Relembrar é viver (e matar o tempo)

• A Internet surgiu de um projeto chamado “ARPANET”,
  criado em 1969 (durante a guerra fria) pela ARPA -
  Advanced Research Projects Agency.

• Sua função era o arquivamento e distribuição de
  informações do governo americano em mais de um
  servidor, evitando, por exemplo, que um ataque em um
  campus danificasse uma base inteira de dados.

• Mais tarde, a ARPANET foi sendo usada para o
  desenvolvimento de pesquisas científicas das
  universidades, saindo do universo militar para o civil, que
  contribuiu decisivamente para a formação da Internet como
  hoje é conhecida. 
“A Internet é, acima de tudo, 
   uma criação cultural".

                                Manuel Castells
         Sociólogo espanhol e estudioso da rede
Relembrar é viver (e matar o tempo)

• Por volta de 1983,  com a queda nos preços dos equipamentos e a
  evolução tecnológica, a internet acabou se estendendo aos lares,
  formando a grande teia de uso comum.

• Em 1996, essa malha interligava 100 mil redes.

• O governo norte-americano (através da National
  Science Foundation) investiu na criação de backbones,
  poderosos computadores conectados com capacidade
  para grandes fluxos de dados.

• Foram criados backbones por empresas particulares, que por sua
  vez conectam redes menores, constituindo a malha anárquica da
  rede mundial.
Relembrar é viver (e matar o tempo)

• No Brasil, as primeiras redes surgiram em 1988, ligando
  universidades e centros de pesquisa do Rio de Janeiro, São Paulo e
  Porto Alegre a instituições nos Estados Unidos.

• A RNP (Rede Nacional de Ensino e Pesquisa) surgiu em 1989, para
  unir essas redes embrionárias e formar um backbone de alcance
  nacional.

• Em 1991, a RNP inaugurou o primeiro backbone brasileiro, destinado
  exclusivamente à comunidade acadêmica, e em 1995, o governo
  resolveu “abri-lo”, fornecendo conectividade a provedores de
  acesso comerciais.
Relembrar é viver (e matar o tempo)
• A partir de 1997, iniciou-se uma nova fase
  com o investimento em tecnologias de redes
  avançadas.
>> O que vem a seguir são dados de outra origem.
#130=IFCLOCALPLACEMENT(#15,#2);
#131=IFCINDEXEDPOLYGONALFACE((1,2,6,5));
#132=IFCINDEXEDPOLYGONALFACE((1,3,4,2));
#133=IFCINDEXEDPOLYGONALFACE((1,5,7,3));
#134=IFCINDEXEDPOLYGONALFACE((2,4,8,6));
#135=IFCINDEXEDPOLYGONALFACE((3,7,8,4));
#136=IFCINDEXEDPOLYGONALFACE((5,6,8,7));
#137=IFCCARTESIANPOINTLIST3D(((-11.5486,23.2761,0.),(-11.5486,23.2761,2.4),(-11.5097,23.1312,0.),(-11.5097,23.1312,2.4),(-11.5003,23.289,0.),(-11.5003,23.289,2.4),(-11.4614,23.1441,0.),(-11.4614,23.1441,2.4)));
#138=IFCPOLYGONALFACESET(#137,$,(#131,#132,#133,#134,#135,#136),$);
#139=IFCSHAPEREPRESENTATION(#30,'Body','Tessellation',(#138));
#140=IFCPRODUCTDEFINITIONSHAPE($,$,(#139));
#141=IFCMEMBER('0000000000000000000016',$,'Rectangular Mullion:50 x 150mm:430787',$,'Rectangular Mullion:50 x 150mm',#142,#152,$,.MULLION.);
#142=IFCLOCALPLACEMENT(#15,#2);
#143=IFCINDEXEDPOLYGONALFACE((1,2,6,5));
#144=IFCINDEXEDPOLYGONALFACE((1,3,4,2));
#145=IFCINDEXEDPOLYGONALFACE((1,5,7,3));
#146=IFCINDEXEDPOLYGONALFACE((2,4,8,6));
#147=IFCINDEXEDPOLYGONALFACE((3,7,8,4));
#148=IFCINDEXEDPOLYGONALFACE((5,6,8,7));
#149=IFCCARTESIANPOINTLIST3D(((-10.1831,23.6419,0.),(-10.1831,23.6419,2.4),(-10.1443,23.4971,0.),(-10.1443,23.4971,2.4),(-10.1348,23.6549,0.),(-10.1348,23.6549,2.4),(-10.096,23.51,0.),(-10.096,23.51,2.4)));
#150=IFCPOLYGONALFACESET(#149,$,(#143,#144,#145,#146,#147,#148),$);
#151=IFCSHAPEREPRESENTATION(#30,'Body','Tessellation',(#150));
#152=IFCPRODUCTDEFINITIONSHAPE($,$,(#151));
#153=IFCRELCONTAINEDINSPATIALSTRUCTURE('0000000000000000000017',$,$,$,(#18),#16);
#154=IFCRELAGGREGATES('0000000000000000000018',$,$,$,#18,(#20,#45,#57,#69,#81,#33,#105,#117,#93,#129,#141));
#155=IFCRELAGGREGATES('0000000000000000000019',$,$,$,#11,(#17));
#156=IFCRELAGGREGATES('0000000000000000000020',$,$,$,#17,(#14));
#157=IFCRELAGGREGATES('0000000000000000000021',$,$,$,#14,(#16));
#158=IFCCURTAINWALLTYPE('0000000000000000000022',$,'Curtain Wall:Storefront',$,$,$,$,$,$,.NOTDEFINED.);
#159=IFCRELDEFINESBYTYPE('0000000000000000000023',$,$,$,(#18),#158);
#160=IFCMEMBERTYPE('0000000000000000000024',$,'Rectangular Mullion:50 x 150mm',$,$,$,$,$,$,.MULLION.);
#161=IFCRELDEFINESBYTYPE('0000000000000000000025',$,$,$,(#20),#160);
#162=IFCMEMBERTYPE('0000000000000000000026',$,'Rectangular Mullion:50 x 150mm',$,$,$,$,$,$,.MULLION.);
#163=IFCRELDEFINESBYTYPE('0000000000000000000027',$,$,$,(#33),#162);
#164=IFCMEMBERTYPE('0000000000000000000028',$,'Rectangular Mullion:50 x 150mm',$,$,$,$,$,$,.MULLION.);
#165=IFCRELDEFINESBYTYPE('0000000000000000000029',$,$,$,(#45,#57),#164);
Em 1999 a migração das
  empresas para o mundo virtual começa a se
  tornar imprescindível.

• Os recursos originalmente destinados para
  outros setores foram redirecionados para o
  desenvolvimento de softwares, ferramentas e
  sites na internet.

• Um dos maiores símbolos dessa febre foi a
  criação da Nasdaq, uma bolsa de valores
  destinada exclusivamente para esta área.
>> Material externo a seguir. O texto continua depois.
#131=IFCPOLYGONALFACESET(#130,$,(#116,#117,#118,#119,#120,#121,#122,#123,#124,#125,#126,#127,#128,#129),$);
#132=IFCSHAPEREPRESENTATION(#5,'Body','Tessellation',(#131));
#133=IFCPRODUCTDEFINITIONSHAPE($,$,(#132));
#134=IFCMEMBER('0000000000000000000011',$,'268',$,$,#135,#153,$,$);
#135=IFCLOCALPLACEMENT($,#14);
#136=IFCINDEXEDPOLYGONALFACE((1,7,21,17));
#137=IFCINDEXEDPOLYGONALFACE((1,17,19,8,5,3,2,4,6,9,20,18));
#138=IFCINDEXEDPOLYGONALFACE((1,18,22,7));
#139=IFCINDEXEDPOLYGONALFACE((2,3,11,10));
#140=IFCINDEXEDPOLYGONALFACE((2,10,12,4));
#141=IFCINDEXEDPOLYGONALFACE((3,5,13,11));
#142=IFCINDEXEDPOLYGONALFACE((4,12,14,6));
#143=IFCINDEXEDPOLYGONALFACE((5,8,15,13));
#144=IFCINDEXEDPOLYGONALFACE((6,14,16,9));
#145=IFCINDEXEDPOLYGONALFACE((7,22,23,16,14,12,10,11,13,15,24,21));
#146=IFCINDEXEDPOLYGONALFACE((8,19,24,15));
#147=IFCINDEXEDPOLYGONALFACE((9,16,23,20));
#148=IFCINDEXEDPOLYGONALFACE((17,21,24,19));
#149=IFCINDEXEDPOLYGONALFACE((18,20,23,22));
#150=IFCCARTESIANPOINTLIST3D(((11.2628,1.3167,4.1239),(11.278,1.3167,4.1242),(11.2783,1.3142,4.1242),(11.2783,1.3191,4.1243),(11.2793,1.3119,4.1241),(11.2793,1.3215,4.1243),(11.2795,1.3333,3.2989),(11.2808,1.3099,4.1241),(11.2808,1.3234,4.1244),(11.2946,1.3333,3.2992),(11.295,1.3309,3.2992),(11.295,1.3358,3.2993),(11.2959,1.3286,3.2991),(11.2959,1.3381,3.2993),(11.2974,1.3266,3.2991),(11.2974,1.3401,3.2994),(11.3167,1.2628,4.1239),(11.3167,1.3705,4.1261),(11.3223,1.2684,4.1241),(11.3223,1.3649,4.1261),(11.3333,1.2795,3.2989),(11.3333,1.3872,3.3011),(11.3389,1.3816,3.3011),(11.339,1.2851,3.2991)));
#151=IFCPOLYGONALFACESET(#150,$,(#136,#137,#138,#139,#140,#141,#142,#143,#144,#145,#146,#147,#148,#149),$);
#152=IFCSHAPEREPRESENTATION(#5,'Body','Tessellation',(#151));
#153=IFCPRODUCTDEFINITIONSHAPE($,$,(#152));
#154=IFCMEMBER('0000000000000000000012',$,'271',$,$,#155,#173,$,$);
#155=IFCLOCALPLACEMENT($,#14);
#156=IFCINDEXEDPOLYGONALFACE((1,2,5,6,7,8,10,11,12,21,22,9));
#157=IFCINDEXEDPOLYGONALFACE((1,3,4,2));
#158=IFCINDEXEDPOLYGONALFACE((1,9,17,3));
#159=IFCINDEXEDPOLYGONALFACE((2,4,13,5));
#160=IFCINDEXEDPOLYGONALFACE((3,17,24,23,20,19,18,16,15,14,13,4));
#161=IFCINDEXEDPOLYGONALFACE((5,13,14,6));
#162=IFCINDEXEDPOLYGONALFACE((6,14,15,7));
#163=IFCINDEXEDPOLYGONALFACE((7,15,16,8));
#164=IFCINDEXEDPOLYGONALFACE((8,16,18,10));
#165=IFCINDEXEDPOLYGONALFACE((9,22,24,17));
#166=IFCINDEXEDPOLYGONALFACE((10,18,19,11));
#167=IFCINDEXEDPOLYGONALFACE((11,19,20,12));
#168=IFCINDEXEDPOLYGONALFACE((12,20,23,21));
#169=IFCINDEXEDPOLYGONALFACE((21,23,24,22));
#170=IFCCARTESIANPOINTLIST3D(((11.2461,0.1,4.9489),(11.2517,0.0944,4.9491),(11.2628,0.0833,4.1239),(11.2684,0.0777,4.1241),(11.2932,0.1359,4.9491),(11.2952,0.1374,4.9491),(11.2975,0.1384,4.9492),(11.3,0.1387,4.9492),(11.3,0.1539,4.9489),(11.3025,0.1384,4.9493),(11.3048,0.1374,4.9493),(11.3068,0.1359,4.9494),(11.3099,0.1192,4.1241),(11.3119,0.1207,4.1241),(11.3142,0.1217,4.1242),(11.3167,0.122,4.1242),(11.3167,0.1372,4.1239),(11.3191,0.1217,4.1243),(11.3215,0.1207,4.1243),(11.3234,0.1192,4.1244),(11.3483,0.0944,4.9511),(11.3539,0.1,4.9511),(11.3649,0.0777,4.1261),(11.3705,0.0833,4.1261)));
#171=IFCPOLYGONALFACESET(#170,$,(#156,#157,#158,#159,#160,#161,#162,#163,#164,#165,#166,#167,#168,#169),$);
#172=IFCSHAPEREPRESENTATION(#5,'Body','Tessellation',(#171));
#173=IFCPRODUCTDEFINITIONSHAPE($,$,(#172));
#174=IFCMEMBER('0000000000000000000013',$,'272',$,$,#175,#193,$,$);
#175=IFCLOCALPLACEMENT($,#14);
• Em maio de 2001, a "Bolha da Internet" (o
  fenômeno de supervalorização das empresas
  pontocom) estourou. Foi o fim de centenas
  de pequenas empresas virtuais que davam
  seus primeiros passos.
WEB2, um conceito

• Web 2.0 é um termo cunhado em 2004 pela
  empresa estadunidense O'Reilly Media, para
  designar uma segunda geração de
  comunidades e serviços baseados na
  plataforma Web, como wikis e redes sociais
  (orkut, facebook, twitter, etc).

• Alguns especialistas em tecnologia, como
  Tim Berners-Lee (o inventor da World Wide
  Web), alegam que o termo carece de
  sentido, pois a Web 2.0 utiliza muitos
  componentes tecnológicos criados antes
  mesmo do surgimento da Web.
• Outros críticos do termo afirmam também que
  esta é apenas uma jogada de marketing
  (buzzword).
WEB2, um conceito

• A Web 2.0 propõe uma experiência de uso semelhante à de
  aplicativos para desktop, só que estes aplicativos estão mais na
  Internet que nos PCs, de forma que vários programas podem se
  integrar, formando uma grande plataforma.

• Por exemplo, os seus contatos do programa de e-mail podem ser
  usados no programa de agenda, ou pode-se criar um novo evento
  numa agenda, através do programa de e-mail.

• O avanço tecnológico e a popularização da banda larga
  permitiram que usuários comuns publicassem e consumissem
  informação de forma rápida e constante.
WEB2, um conceito

• Os Blogs e sites como Youtube e o Flickr são exemplos desta
  massificação.

• O uso das redes P2P, nas quais cada usuário é um servidor de
  arquivos, permitindo a troca direta entre eles.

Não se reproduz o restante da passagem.